= Beginning of Section =
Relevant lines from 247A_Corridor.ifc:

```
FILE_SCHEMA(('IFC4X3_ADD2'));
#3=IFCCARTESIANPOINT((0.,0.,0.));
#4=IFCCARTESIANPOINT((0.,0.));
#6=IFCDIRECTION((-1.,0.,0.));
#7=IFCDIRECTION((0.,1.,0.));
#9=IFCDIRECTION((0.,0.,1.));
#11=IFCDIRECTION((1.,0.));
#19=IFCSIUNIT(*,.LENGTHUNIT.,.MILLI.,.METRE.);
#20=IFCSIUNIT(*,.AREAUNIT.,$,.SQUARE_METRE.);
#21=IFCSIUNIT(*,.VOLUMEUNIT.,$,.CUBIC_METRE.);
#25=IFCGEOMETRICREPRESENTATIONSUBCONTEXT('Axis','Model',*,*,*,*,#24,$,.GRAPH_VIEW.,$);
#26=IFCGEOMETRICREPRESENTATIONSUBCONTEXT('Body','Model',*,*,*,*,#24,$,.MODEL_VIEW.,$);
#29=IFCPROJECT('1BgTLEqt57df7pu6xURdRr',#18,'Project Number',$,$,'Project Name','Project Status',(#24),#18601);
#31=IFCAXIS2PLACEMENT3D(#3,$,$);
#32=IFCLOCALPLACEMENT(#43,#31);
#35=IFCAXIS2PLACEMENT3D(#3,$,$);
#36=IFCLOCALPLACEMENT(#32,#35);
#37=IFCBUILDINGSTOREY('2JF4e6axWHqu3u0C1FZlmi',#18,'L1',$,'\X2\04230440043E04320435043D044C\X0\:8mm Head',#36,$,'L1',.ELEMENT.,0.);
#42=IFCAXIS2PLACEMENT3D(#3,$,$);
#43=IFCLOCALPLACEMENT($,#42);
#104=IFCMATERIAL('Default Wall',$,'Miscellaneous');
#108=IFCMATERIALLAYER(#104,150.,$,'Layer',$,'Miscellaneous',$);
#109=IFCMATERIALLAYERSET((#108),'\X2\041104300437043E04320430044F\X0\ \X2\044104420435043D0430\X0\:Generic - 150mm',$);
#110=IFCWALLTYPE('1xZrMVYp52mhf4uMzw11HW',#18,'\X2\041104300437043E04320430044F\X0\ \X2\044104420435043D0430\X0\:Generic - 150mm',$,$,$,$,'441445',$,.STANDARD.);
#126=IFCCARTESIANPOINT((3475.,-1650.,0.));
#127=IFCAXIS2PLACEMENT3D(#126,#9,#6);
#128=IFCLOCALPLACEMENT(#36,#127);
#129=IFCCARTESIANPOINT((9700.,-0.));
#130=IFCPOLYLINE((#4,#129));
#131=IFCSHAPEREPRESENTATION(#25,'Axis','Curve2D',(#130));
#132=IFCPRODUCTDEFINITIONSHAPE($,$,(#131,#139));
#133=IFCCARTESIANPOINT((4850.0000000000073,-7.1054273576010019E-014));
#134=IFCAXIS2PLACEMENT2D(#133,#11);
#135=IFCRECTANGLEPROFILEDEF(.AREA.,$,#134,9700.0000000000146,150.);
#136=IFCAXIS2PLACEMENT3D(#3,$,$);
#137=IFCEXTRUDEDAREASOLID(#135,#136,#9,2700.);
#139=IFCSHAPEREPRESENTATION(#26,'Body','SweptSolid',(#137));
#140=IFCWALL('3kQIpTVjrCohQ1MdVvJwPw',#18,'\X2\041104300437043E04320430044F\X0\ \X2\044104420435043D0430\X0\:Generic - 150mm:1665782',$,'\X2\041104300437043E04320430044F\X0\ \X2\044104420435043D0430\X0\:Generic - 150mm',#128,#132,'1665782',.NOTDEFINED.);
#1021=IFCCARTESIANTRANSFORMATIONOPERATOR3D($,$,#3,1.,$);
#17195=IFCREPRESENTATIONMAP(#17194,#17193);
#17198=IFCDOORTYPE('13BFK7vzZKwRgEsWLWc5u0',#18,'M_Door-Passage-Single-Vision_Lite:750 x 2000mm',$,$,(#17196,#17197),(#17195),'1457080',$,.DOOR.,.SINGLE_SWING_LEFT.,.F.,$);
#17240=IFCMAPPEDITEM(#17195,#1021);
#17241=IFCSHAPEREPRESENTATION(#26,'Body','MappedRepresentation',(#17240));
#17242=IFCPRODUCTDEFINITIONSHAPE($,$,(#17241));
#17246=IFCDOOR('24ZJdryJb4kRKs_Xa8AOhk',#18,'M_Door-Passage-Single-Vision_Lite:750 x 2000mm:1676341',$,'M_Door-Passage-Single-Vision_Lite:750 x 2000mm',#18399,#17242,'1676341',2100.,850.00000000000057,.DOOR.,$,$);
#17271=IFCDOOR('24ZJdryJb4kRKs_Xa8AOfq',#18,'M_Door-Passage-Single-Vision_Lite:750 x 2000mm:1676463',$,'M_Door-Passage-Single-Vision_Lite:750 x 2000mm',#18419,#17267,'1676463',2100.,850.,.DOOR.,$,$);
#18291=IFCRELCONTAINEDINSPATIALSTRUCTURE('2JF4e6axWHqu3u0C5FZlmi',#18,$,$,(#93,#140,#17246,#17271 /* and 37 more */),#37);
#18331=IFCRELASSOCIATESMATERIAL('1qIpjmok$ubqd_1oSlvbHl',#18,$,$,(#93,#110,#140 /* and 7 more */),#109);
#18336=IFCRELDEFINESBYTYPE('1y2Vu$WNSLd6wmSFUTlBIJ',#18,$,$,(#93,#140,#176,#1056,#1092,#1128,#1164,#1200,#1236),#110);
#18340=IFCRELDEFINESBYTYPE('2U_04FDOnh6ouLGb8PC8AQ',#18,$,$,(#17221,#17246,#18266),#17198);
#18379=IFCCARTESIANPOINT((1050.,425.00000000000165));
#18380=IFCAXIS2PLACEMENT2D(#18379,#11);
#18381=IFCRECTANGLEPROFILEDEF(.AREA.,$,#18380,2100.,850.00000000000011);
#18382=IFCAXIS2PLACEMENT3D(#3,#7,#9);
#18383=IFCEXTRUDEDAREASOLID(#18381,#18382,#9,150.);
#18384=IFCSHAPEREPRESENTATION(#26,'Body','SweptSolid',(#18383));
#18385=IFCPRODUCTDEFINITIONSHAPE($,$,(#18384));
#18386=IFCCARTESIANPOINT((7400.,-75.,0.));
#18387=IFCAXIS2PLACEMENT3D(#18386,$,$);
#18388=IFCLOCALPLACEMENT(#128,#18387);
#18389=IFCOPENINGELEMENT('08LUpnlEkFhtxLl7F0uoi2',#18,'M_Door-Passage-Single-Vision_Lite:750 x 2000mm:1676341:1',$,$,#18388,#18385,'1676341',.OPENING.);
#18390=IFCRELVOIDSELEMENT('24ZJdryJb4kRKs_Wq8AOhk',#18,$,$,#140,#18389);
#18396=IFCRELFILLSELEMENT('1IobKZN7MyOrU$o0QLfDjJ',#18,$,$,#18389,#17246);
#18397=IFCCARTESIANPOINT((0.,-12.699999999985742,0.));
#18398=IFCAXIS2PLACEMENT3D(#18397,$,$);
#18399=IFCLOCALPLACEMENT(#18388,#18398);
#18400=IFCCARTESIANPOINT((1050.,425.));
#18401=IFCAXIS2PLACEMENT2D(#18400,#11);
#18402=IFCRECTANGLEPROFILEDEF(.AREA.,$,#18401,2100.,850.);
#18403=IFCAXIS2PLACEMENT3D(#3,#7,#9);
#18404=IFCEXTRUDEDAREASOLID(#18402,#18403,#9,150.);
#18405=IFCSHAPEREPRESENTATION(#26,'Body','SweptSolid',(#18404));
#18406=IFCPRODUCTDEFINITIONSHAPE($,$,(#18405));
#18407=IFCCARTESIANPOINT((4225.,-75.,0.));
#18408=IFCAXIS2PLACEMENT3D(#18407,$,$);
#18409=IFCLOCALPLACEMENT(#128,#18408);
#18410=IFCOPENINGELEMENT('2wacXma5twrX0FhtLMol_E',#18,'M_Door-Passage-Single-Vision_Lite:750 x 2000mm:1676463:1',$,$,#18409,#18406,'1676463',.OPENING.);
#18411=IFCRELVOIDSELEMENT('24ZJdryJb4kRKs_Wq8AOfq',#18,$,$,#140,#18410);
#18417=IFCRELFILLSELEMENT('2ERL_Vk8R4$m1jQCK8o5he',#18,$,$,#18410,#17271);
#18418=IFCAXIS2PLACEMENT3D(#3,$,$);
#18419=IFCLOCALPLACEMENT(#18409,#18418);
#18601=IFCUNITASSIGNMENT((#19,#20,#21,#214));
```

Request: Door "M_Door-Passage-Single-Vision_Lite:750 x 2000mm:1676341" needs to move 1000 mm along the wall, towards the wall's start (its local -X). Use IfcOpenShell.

```python
import ifcopenshell
import ifcopenshell.api.geometry
import ifcopenshell.util.placement

model = ifcopenshell.open("247A_Corridor.ifc")

door = model.by_id(17246)
opening = door.FillsVoids[0].RelatingOpeningElement
wall = opening.VoidsElements[0].RelatingBuildingElement

wall_matrix = ifcopenshell.util.placement.get_local_placement(wall.ObjectPlacement)
shift = wall_matrix[:3, 0] * -1000.0
before = ifcopenshell.util.placement.get_local_placement(door.ObjectPlacement)[:3, 3].copy()

# The door is placed relative to its opening, so it follows when the opening moves.
matrix = ifcopenshell.util.placement.get_local_placement(opening.ObjectPlacement)
matrix[:3, 3] += shift
ifcopenshell.api.geometry.edit_object_placement(
    model, product=opening, matrix=matrix, is_si=False, should_transform_children=True
)

after = ifcopenshell.util.placement.get_local_placement(door.ObjectPlacement)[:3, 3]
print("door moved by", (after - before).round(3) + 0.0)

model.write("247A_Corridor-out.ifc")
```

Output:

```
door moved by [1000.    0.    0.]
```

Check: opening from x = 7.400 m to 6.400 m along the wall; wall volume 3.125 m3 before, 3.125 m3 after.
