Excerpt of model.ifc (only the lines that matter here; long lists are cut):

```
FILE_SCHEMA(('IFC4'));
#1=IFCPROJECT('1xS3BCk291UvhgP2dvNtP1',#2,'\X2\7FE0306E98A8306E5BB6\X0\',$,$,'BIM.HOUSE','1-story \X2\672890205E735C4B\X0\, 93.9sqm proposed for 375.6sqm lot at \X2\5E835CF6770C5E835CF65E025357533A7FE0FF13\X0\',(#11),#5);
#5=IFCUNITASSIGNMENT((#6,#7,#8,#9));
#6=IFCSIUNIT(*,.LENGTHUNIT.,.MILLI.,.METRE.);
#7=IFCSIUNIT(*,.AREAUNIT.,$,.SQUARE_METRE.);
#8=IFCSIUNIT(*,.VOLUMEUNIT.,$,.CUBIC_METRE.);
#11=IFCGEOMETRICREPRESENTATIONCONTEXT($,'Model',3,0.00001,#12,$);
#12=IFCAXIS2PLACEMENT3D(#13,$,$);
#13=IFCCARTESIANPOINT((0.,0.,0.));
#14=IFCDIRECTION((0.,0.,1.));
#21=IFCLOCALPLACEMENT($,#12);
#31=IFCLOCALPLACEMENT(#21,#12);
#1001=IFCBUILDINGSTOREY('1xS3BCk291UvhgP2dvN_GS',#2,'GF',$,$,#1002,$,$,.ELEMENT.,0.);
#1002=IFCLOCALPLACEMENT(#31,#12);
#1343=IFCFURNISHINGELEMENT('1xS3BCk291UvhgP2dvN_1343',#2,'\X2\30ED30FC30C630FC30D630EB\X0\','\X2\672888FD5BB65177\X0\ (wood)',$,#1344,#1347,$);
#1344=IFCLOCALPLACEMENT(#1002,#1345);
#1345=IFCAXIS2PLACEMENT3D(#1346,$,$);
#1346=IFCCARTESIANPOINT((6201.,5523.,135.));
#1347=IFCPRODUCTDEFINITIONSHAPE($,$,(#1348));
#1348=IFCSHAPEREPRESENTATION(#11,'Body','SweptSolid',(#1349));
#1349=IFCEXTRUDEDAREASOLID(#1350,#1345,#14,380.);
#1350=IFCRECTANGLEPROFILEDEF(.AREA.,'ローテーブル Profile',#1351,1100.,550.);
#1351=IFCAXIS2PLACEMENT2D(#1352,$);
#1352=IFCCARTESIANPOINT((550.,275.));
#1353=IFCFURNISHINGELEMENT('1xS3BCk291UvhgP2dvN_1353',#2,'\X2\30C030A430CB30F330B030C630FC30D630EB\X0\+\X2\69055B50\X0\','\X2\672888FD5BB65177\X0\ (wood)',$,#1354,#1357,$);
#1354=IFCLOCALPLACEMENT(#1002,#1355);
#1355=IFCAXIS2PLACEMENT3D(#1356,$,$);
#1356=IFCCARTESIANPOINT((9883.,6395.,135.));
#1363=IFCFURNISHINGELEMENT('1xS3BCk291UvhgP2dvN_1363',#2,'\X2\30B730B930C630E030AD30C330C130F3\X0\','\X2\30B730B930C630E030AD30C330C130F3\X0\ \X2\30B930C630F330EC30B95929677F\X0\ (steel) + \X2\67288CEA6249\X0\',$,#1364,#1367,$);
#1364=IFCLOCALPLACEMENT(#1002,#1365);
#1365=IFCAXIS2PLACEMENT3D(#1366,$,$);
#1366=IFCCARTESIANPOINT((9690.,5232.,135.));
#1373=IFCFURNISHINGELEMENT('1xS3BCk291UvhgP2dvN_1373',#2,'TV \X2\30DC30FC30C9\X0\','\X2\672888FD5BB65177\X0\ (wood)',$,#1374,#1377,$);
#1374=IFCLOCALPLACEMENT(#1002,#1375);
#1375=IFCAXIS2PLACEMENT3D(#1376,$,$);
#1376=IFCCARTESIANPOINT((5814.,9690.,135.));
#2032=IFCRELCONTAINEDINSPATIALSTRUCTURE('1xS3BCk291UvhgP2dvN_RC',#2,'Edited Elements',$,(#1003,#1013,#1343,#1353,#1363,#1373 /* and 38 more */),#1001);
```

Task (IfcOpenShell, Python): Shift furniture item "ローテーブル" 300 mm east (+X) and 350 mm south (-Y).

```python
import ifcopenshell
import ifcopenshell.api.geometry
import ifcopenshell.util.placement

model = ifcopenshell.open("model.ifc")

item = model.by_guid("1xS3BCk291UvhgP2dvN_1343")
matrix = ifcopenshell.util.placement.get_local_placement(item.ObjectPlacement)
matrix[0, 3] += 300.0
matrix[1, 3] -= 350.0
ifcopenshell.api.geometry.edit_object_placement(model, product=item, matrix=matrix, is_si=False)

print(ifcopenshell.util.placement.get_local_placement(item.ObjectPlacement).round(3) + 0.0)

model.write("model_edited.ifc")
```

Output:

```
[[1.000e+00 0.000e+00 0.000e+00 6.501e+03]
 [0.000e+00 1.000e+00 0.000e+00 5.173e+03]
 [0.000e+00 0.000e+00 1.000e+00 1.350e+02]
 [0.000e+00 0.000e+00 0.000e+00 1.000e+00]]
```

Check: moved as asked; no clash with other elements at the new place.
= End of Section =
Required action: Pull every line that holds the string "Check" out of the records.

Solved problem:
Check: opening from x = 7.400 m to 6.400 m along the wall; wall volume 3.125 m3 before, 3.125 m3 after.
Check: moved as asked; no clash with other elements at the new place.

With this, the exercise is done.